Every culture in the world has traditions and practices that are passed on for generations. In Judaism, people leave what we refer to as visitation stones on the gravesites of their loved ones. This practice can be observed in the final scene of the dramatic film known as Schindler’s List, in which WWII survivors and their offspring commemorate the grave of Oskar Schindler by leaving stones rather than flowers. People like us wonder how this custom started and survived centuries of religious persecution or cultural growth.
The Jewish Tradition of Visitation Stones
Although the tradition of leaving stones on the graves of ancestors, family members, and friends is ancient, its origins are uncertain and cannot be traced with complete confidence. There are many theories as to why Jewish people still practice this custom today, and we compiled all those explanations to investigate.
Protecting the Kohanim: During the restoration of the Second Temple in approximately 520 B.C.E., Jewish priests were believed to become ritually impure if they came within four feet of a corpse. To protect priests from accidentally stepping on or bending over an unmarked grave, Jewish people would build a pile of rocks over the grave and work collaboratively to maintain the marker by replacing or adding rocks.
Keeping the Soul Here: Another reason why Jews place pebbles on gravesites can be attributed to the Talmud’s treatment of the soul. According to the Talmud, a person’s soul dwells in and around the grave where he or she is buried. By placing stones on the grave of a restless soul, you can keep the soul safe in this world and protect the grave from being disrupted by demons, ghosts, and golems.

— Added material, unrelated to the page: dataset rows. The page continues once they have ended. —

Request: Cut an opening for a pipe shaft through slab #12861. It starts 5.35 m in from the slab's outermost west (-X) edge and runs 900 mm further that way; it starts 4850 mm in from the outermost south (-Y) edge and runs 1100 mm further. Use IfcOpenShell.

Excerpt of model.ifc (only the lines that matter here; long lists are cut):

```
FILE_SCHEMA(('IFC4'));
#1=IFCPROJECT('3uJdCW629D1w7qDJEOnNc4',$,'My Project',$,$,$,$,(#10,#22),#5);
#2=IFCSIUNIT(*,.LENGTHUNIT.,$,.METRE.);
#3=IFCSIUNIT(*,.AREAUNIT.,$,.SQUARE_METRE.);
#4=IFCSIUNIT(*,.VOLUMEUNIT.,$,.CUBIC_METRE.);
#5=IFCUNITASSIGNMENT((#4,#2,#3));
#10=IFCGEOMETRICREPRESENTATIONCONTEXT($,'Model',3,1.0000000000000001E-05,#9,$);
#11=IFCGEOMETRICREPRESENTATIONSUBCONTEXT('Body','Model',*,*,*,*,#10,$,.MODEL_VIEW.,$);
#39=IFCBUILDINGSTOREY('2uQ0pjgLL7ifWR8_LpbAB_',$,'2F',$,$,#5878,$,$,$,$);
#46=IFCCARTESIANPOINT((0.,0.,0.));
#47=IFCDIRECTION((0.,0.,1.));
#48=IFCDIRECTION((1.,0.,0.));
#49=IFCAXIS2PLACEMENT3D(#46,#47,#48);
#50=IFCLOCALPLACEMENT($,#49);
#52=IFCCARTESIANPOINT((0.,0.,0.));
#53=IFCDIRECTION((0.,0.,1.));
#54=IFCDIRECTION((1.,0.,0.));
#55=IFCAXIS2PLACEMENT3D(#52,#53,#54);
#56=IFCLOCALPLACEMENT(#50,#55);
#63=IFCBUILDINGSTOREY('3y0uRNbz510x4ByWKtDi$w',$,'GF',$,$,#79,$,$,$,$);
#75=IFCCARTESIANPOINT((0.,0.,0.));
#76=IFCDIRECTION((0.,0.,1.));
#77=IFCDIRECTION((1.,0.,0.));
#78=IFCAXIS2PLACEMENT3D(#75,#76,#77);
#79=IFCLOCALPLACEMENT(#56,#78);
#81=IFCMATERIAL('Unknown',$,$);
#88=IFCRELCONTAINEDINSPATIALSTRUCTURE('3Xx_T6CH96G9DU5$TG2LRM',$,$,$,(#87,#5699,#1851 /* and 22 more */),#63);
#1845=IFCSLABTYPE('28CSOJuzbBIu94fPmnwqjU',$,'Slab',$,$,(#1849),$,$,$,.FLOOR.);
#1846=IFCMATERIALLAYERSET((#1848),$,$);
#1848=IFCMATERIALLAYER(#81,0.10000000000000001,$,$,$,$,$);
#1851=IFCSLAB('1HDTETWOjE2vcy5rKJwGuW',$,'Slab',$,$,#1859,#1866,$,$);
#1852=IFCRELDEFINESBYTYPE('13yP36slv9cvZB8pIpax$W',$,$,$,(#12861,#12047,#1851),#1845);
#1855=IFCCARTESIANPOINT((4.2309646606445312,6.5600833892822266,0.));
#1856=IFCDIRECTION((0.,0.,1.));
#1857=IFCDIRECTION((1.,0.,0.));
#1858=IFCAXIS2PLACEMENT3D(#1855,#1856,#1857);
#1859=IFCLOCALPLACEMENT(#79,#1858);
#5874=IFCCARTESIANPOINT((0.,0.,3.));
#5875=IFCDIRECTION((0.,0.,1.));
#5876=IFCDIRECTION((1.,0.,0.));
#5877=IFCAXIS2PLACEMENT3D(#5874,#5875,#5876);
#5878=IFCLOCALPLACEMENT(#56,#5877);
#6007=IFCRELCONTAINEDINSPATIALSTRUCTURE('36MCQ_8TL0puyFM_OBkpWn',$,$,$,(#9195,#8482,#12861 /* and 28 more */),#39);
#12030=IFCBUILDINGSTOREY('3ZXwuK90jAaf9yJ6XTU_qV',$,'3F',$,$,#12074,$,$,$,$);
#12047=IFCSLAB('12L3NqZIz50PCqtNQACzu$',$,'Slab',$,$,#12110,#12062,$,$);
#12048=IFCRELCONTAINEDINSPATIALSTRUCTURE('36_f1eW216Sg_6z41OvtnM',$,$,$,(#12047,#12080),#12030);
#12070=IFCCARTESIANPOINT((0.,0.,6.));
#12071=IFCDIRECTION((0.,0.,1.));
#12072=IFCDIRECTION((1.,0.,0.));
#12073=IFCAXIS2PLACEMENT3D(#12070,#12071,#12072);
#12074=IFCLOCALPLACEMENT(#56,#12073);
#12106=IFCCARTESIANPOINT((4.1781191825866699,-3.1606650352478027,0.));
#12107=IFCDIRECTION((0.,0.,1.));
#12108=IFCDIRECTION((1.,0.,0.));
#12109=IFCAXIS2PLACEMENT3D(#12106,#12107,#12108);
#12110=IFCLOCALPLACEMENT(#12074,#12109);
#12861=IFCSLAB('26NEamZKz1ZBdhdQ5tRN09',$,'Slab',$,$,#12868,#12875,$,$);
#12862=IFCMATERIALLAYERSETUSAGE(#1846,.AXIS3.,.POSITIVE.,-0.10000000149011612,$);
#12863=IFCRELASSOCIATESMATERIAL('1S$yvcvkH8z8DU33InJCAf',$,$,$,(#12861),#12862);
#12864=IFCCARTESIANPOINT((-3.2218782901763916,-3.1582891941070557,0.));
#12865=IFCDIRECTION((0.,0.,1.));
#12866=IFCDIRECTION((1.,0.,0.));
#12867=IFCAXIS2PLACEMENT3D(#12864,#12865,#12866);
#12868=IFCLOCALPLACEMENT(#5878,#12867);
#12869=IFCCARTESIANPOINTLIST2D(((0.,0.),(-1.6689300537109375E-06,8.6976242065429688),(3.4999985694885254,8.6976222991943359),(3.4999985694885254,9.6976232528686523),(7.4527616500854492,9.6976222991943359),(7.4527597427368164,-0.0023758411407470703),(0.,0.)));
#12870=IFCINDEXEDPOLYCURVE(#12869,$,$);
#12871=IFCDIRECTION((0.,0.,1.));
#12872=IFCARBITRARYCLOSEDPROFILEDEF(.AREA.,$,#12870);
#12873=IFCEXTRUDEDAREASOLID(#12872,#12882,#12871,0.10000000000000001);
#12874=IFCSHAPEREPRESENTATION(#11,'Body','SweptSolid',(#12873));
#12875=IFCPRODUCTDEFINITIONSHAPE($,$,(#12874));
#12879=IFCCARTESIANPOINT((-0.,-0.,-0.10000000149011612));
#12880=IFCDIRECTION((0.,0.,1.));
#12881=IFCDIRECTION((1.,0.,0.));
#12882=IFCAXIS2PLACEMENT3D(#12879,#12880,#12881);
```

```python
import numpy as np
import ifcopenshell
import ifcopenshell.api.feature
import ifcopenshell.api.geometry
import ifcopenshell.api.root
import ifcopenshell.geom
import ifcopenshell.util.placement
import ifcopenshell.util.representation
import ifcopenshell.util.shape
import ifcopenshell.util.unit

model = ifcopenshell.open("model.ifc")
unit_scale = ifcopenshell.util.unit.calculate_unit_scale(model)
settings = ifcopenshell.geom.settings()


def volume(element):
    """Net volume in cubic metres, openings subtracted."""
    shape = ifcopenshell.geom.create_shape(settings, element)
    return ifcopenshell.util.shape.get_volume(shape.geometry)


slab = model.by_guid("26NEamZKz1ZBdhdQ5tRN09")
before = volume(slab)

# Extent in the slab's own axes, in metres. The edges named are its -X and -Y sides.
slab_shape = ifcopenshell.geom.create_shape(settings, slab)
vertices = ifcopenshell.util.shape.get_vertices(slab_shape.geometry)
x_min, y_min, bottom = vertices.min(axis=0)
top = vertices[:, 2].max()

opening = ifcopenshell.api.root.create_entity(model, ifc_class="IfcOpeningElement", name="Pipe shaft opening", predefined_type="OPENING")
context = ifcopenshell.util.representation.get_context(model, "Model", "Body", "MODEL_VIEW")
width, depth = 0.9, 1.1
outline = [(0.0, 0.0), (width, 0.0), (width, depth), (0.0, depth), (0.0, 0.0)]
# Overshoot both faces by 50 mm so the cut is clean.
shape = ifcopenshell.api.geometry.add_slab_representation(
    model, context=context, depth=top - bottom + 0.1, polyline=outline
)
ifcopenshell.api.geometry.assign_representation(model, product=opening, representation=shape)

matrix = ifcopenshell.util.placement.get_local_placement(slab.ObjectPlacement)
matrix[:, 3] = matrix @ np.append(np.array([x_min + 5.35, y_min + 4.85, bottom - 0.05]) / unit_scale, 1.0)
ifcopenshell.api.geometry.edit_object_placement(model, product=opening, matrix=matrix, is_si=False)
ifcopenshell.api.feature.add_feature(model, feature=opening, element=slab)

after = volume(slab)

print(f"slab volume {before:.3f} -> {after:.3f} m3")

model.write("model_updated.ifc")
```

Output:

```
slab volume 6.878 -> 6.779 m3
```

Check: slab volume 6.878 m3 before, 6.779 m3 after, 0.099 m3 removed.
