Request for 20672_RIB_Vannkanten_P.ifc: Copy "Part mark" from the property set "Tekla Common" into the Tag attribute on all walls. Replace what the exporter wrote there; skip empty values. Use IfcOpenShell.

First a look at what the model holds.

```python
import ifcopenshell
import ifcopenshell.util.element

model = ifcopenshell.open("20672_RIB_Vannkanten_P.ifc")
print(model.schema)
walls = model.by_type("IfcWall")
print(len(walls), "walls")
for e in walls[:8]:
    source = ifcopenshell.util.element.get_pset(e, "Tekla Common", "Part mark")
    target = e.Tag
    print(e.id(), repr(source), repr(target), sep=" | ")
```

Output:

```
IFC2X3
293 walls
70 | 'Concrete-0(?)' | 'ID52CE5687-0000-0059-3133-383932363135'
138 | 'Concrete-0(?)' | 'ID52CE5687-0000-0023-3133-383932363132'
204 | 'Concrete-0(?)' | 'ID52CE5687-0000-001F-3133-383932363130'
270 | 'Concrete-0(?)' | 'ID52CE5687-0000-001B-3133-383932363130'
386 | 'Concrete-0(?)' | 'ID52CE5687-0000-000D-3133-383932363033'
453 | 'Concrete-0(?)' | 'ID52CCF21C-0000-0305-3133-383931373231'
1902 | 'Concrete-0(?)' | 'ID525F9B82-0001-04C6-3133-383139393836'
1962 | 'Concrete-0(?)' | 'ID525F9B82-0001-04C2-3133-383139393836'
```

```python
import ifcopenshell
import ifcopenshell.util.element

model = ifcopenshell.open("20672_RIB_Vannkanten_P.ifc")

count = 0
for e in model.by_type("IfcWall"):
    value = ifcopenshell.util.element.get_pset(e, "Tekla Common", "Part mark")
    current = e.Tag
    if not value or not value.strip() or current == value:
        continue
    e.Tag = value
    count += 1

print(count, "walls updated")

model.write("20672_RIB_Vannkanten_P_edited.ifc")
```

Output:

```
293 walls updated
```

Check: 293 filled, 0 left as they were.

Longevity of Stones: Death is a fact of life for all living things. Unlike flowers, stones do not die or lose value with time. In fact, many cremation urns and upright monuments are made of stones and similar materials. Jewish people believe that pebbles and stones represent the permanence of memory and legacy.
Today, visitation stones are primarily used as symbolic gestures of remembrance and respect. Jews take plenty of time and special care in choosing a stone to place on the grave of a loved one.